Output range, inclusive: from the line containing "#39=IFCPRODUCTDEFINITIONSHAPE($,$,(#38));" to the line containing "#53=IFCLOCALPLACEMENT(#24,#2);". Restate those lines from the data below word for word and only those.

****************

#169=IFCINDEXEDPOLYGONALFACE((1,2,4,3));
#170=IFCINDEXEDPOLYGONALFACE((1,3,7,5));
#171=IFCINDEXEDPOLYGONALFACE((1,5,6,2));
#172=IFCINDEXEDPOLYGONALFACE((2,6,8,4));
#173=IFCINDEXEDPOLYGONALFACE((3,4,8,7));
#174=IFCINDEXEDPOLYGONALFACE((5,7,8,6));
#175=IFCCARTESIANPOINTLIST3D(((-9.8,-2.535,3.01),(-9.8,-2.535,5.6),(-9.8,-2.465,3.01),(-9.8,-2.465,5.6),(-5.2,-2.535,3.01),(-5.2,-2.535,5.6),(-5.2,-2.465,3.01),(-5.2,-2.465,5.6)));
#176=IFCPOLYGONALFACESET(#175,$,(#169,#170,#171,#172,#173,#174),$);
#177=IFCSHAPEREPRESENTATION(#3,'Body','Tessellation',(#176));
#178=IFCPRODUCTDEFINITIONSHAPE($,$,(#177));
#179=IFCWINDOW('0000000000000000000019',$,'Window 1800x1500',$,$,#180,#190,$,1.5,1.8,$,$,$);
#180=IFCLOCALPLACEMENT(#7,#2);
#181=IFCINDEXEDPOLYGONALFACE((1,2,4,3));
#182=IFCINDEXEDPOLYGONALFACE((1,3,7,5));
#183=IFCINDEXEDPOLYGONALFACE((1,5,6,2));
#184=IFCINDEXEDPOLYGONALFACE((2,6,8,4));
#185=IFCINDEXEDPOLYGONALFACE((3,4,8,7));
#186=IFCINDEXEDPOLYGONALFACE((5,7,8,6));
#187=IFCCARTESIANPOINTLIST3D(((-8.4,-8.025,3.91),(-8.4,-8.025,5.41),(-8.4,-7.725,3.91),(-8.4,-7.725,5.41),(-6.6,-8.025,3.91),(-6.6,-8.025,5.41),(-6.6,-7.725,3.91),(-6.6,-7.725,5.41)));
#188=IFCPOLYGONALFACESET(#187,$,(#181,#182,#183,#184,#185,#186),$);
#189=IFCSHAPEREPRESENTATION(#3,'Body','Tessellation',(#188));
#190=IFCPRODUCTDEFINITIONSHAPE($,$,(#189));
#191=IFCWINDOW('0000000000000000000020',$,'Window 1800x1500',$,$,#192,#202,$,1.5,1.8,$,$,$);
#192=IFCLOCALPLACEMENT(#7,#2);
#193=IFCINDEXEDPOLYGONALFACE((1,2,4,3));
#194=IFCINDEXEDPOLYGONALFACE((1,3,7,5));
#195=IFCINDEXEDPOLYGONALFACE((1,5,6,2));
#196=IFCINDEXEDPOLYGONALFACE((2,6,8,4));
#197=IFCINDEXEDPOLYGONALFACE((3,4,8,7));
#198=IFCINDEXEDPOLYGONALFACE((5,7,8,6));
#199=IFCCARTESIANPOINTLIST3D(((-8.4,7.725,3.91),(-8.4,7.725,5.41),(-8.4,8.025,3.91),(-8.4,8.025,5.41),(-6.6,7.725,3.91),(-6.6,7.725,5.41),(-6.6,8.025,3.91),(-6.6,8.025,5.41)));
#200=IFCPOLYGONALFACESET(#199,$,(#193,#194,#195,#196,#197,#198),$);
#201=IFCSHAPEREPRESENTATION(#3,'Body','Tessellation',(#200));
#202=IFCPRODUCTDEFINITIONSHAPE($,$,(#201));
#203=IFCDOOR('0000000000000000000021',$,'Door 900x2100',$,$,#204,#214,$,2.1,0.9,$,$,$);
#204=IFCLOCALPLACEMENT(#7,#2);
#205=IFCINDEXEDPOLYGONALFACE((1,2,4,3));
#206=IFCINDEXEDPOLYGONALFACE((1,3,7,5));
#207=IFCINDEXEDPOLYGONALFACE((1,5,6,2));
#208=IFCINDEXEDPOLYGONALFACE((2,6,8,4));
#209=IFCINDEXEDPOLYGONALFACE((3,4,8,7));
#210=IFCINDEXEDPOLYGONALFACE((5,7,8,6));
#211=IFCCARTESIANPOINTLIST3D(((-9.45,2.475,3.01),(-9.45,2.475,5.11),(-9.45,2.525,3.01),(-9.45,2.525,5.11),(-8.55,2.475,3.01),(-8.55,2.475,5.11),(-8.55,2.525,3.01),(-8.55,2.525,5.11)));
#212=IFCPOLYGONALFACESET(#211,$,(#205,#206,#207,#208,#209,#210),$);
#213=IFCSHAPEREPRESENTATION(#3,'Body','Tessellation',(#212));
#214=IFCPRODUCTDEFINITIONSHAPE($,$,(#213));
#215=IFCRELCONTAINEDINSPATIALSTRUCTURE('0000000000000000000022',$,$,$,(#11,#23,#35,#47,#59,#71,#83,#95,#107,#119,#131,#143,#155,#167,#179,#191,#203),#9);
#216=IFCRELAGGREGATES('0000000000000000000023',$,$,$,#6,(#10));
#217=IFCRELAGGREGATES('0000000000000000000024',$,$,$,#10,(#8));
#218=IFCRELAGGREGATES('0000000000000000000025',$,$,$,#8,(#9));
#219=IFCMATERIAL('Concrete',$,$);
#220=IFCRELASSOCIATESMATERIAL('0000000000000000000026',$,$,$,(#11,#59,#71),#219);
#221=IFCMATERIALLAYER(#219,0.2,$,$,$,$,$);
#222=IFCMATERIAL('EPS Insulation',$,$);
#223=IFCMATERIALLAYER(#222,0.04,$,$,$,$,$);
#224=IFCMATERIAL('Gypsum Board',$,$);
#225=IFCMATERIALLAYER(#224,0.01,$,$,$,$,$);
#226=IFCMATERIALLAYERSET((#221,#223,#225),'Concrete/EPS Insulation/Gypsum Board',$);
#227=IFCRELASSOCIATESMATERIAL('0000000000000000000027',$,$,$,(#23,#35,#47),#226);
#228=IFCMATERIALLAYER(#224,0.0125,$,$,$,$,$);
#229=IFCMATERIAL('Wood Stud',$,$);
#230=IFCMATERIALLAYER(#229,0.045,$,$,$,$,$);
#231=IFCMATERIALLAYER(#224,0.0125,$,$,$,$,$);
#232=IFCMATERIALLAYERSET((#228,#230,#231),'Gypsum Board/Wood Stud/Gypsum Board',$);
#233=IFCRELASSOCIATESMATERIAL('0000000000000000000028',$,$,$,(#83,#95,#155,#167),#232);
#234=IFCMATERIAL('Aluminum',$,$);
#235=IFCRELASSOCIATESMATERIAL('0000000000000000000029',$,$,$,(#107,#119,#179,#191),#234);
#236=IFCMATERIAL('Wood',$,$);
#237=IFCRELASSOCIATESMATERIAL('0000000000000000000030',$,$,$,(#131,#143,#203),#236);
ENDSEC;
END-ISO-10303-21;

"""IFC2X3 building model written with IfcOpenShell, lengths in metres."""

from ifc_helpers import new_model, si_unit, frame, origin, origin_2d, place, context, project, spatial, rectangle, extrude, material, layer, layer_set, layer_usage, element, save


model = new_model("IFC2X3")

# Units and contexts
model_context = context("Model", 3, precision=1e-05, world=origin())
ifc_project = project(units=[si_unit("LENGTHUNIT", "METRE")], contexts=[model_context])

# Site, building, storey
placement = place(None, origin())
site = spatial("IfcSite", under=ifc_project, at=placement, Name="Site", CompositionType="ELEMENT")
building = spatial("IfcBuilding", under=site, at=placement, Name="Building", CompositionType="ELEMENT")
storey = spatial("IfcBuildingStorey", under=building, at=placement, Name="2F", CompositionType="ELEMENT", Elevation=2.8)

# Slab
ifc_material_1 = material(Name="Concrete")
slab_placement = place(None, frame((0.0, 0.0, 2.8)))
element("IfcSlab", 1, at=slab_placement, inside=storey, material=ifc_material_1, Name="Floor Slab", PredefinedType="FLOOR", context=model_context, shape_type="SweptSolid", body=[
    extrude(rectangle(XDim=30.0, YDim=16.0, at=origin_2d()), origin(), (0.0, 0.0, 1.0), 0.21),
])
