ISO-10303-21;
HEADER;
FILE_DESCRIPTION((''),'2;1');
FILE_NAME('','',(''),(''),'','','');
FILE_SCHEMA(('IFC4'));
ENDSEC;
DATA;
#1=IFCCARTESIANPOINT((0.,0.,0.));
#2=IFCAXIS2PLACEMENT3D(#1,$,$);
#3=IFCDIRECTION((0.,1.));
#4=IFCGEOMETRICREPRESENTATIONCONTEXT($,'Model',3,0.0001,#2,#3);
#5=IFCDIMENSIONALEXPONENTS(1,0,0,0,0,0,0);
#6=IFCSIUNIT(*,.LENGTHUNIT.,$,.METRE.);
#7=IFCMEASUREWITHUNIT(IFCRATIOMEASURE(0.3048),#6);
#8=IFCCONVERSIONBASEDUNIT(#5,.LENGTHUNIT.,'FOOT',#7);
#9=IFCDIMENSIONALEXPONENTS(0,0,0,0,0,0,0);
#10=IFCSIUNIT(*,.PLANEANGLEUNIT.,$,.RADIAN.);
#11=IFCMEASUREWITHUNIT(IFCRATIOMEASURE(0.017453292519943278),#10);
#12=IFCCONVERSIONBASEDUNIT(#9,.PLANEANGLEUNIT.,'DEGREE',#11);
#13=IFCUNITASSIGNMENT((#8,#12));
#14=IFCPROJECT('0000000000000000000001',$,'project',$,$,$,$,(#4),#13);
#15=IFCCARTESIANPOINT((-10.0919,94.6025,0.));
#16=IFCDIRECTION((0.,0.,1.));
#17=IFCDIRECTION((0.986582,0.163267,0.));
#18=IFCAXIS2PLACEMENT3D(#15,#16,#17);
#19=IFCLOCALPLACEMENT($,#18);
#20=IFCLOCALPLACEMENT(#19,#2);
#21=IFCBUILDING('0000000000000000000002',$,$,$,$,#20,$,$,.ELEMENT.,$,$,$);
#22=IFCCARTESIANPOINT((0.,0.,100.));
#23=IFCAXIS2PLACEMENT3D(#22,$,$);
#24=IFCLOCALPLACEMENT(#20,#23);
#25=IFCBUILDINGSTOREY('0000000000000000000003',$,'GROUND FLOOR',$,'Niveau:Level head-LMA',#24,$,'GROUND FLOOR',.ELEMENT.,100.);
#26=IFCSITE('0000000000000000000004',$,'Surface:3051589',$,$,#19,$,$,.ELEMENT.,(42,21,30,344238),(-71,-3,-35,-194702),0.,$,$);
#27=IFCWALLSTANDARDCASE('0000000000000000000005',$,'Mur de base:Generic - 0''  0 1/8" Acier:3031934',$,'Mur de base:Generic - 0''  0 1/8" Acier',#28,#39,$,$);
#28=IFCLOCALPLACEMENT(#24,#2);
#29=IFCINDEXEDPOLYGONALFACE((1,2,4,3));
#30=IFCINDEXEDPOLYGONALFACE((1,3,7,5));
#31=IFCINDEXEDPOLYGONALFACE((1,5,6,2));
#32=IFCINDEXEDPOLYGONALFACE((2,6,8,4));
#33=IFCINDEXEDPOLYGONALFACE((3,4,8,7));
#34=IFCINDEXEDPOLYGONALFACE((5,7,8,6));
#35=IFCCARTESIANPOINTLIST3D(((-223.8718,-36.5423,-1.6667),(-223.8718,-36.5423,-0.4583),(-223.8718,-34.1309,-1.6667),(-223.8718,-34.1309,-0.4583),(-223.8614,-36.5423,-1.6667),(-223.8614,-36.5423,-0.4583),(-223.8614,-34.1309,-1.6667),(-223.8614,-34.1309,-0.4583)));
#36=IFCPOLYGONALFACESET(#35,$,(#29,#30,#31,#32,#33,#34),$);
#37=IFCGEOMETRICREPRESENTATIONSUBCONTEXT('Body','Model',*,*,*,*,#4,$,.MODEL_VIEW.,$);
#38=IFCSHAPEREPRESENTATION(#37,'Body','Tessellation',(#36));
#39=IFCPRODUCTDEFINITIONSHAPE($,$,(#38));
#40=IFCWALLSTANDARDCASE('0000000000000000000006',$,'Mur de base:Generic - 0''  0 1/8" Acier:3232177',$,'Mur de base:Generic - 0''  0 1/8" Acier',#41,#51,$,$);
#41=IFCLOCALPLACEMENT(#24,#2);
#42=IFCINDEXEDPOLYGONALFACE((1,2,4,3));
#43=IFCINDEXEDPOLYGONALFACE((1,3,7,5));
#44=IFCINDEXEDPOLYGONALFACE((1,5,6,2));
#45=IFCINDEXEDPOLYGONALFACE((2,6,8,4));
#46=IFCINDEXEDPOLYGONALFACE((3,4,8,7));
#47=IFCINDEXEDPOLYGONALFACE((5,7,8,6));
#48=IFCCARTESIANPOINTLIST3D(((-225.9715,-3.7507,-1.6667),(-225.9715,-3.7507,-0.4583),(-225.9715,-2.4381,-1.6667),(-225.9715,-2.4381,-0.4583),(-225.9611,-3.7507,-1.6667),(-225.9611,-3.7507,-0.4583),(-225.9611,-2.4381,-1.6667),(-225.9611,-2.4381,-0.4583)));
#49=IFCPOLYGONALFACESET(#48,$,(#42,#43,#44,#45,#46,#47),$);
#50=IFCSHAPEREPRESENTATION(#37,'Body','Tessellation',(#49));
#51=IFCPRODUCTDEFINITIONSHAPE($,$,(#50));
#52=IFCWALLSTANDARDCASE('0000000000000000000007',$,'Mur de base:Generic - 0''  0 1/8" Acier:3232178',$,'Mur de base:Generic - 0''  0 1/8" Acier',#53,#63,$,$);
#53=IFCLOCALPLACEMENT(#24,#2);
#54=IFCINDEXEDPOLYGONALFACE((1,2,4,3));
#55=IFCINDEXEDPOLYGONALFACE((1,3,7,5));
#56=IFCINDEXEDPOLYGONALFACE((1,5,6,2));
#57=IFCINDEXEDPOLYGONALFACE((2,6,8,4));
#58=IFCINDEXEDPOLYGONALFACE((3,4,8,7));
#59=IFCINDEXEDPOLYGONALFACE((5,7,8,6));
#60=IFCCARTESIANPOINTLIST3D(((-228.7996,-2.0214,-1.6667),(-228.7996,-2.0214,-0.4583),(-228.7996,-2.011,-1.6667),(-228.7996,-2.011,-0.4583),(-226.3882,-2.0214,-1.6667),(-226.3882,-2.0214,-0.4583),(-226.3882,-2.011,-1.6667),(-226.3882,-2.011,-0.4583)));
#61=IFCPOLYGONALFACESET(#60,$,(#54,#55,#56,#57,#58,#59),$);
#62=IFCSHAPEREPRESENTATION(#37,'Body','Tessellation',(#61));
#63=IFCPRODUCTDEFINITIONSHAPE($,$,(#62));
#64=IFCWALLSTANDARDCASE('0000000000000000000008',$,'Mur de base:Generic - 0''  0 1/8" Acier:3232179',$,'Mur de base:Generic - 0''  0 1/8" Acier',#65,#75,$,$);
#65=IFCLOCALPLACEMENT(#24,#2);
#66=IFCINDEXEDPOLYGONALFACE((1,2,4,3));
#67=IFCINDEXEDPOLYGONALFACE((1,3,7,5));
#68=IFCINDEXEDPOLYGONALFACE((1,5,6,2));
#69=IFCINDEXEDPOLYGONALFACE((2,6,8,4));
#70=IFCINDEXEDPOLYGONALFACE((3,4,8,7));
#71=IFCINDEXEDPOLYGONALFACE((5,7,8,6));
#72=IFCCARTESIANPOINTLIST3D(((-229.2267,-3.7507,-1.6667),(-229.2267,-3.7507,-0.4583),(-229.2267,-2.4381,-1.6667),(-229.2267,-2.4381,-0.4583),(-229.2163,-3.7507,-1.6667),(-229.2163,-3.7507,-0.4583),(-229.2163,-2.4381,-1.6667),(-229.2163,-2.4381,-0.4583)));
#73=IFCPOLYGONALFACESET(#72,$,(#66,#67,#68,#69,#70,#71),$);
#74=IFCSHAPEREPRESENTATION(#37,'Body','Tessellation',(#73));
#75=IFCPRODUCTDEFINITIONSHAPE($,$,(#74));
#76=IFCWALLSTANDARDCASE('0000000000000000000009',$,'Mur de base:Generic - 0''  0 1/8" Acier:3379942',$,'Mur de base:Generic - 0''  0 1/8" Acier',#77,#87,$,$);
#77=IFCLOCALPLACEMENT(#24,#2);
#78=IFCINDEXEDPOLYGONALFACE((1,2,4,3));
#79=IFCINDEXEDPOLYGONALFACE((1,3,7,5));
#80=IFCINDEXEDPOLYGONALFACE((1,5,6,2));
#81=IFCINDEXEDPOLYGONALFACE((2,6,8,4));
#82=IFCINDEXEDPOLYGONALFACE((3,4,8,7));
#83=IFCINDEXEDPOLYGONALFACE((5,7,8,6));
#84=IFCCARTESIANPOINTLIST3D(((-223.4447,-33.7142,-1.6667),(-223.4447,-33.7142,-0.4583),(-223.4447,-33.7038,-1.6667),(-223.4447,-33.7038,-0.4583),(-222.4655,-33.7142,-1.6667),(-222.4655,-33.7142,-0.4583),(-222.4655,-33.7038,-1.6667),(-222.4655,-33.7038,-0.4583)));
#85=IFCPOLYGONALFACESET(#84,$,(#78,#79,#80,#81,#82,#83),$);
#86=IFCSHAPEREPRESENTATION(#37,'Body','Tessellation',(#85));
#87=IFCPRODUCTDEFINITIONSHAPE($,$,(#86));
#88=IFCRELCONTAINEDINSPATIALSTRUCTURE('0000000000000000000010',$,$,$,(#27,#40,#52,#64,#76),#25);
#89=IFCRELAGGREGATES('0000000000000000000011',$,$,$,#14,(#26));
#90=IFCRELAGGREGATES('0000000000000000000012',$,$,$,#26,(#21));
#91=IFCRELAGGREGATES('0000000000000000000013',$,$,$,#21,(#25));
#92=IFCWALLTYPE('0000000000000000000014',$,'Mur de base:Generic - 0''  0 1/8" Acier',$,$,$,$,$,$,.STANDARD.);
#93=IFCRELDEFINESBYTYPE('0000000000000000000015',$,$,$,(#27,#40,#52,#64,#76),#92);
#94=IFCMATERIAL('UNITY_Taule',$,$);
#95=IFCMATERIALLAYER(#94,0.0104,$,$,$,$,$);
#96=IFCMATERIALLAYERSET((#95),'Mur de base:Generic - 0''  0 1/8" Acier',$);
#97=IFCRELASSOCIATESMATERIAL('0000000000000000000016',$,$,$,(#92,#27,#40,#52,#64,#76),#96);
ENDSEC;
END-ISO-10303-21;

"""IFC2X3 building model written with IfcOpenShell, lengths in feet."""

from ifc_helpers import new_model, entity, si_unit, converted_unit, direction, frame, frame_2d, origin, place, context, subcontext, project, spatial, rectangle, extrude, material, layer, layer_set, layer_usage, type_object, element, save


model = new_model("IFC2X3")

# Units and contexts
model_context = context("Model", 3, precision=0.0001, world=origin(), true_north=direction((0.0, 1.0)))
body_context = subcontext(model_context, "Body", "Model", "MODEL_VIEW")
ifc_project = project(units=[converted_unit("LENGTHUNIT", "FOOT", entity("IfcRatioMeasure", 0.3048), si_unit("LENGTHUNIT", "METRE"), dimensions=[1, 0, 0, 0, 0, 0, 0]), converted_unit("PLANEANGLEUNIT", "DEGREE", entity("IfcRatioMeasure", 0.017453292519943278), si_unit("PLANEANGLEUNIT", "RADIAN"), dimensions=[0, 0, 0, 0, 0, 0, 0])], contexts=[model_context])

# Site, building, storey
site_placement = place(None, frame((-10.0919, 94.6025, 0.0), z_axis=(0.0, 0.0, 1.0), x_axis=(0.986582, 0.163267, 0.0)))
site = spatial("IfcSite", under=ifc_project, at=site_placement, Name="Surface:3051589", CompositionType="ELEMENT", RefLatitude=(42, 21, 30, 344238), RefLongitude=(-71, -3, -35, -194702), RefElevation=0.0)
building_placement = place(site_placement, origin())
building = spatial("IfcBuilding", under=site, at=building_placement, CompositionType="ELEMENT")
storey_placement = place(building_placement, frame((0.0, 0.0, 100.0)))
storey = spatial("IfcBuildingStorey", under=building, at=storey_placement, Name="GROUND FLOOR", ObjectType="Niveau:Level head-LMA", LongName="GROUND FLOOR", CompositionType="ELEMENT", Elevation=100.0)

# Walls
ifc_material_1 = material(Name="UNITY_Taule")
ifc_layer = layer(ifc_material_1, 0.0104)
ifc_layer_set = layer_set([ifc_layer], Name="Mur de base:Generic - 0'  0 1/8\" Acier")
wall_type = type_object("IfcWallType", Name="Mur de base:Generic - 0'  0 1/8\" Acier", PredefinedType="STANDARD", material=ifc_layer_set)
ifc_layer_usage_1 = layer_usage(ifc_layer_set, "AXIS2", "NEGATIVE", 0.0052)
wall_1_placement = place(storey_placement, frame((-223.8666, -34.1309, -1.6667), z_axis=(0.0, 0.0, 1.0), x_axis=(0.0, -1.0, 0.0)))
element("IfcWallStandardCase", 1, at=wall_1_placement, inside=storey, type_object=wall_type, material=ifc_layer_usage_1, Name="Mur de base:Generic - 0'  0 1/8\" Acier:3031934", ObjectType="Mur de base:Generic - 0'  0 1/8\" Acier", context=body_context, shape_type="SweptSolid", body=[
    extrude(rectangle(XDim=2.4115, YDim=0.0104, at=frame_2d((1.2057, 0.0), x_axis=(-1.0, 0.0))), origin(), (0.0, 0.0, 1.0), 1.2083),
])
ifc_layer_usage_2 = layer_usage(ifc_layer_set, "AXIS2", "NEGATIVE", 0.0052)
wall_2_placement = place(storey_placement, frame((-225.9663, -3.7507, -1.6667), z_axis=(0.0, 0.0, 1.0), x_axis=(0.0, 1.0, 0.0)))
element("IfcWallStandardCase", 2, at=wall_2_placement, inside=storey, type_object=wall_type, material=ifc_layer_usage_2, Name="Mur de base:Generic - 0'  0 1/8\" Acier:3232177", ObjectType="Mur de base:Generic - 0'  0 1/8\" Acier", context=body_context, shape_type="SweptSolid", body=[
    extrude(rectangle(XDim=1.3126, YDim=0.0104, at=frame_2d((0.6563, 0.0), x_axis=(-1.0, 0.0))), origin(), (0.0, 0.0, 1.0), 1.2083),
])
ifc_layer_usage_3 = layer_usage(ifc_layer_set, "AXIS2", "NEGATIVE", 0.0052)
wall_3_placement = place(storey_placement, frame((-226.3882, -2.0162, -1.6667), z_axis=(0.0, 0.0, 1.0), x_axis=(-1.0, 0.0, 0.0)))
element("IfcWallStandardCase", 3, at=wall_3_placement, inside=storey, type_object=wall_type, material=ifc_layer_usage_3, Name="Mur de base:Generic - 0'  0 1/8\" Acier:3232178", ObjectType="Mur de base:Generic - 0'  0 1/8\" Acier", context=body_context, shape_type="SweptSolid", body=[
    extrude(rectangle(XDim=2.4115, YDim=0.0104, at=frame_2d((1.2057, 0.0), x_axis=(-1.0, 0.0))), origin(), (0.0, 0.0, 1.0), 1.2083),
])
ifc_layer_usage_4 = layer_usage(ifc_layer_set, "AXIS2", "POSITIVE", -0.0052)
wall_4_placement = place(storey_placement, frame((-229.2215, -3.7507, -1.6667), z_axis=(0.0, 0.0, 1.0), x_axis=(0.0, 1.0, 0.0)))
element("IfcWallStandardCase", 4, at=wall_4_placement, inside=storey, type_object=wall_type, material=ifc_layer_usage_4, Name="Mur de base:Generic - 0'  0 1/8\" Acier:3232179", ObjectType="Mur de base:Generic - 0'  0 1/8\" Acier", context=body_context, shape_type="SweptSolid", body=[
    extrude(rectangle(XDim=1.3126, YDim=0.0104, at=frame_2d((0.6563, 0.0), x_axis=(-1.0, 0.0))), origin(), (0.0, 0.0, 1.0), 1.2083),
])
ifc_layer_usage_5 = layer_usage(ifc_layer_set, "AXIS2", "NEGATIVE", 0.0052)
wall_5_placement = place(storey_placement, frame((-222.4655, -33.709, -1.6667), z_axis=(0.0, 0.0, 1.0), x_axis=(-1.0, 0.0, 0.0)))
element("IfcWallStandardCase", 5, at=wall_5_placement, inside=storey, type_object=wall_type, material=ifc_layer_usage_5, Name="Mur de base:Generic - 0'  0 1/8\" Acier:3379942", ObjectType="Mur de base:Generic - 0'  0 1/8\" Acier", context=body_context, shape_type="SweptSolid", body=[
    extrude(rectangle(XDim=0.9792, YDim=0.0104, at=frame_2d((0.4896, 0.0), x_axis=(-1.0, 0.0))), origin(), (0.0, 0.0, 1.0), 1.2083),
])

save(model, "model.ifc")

****************

Exercise response:
#39=IFCPRODUCTDEFINITIONSHAPE($,$,(#38));
#40=IFCWALLSTANDARDCASE('0000000000000000000006',$,'Mur de base:Generic - 0''  0 1/8" Acier:3232177',$,'Mur de base:Generic - 0''  0 1/8" Acier',#41,#51,$,$);
#41=IFCLOCALPLACEMENT(#24,#2);
#42=IFCINDEXEDPOLYGONALFACE((1,2,4,3));
#43=IFCINDEXEDPOLYGONALFACE((1,3,7,5));
#44=IFCINDEXEDPOLYGONALFACE((1,5,6,2));
#45=IFCINDEXEDPOLYGONALFACE((2,6,8,4));
#46=IFCINDEXEDPOLYGONALFACE((3,4,8,7));
#47=IFCINDEXEDPOLYGONALFACE((5,7,8,6));
#48=IFCCARTESIANPOINTLIST3D(((-225.9715,-3.7507,-1.6667),(-225.9715,-3.7507,-0.4583),(-225.9715,-2.4381,-1.6667),(-225.9715,-2.4381,-0.4583),(-225.9611,-3.7507,-1.6667),(-225.9611,-3.7507,-0.4583),(-225.9611,-2.4381,-1.6667),(-225.9611,-2.4381,-0.4583)));
#49=IFCPOLYGONALFACESET(#48,$,(#42,#43,#44,#45,#46,#47),$);
#50=IFCSHAPEREPRESENTATION(#37,'Body','Tessellation',(#49));
#51=IFCPRODUCTDEFINITIONSHAPE($,$,(#50));
#52=IFCWALLSTANDARDCASE('0000000000000000000007',$,'Mur de base:Generic - 0''  0 1/8" Acier:3232178',$,'Mur de base:Generic - 0''  0 1/8" Acier',#53,#63,$,$);
#53=IFCLOCALPLACEMENT(#24,#2);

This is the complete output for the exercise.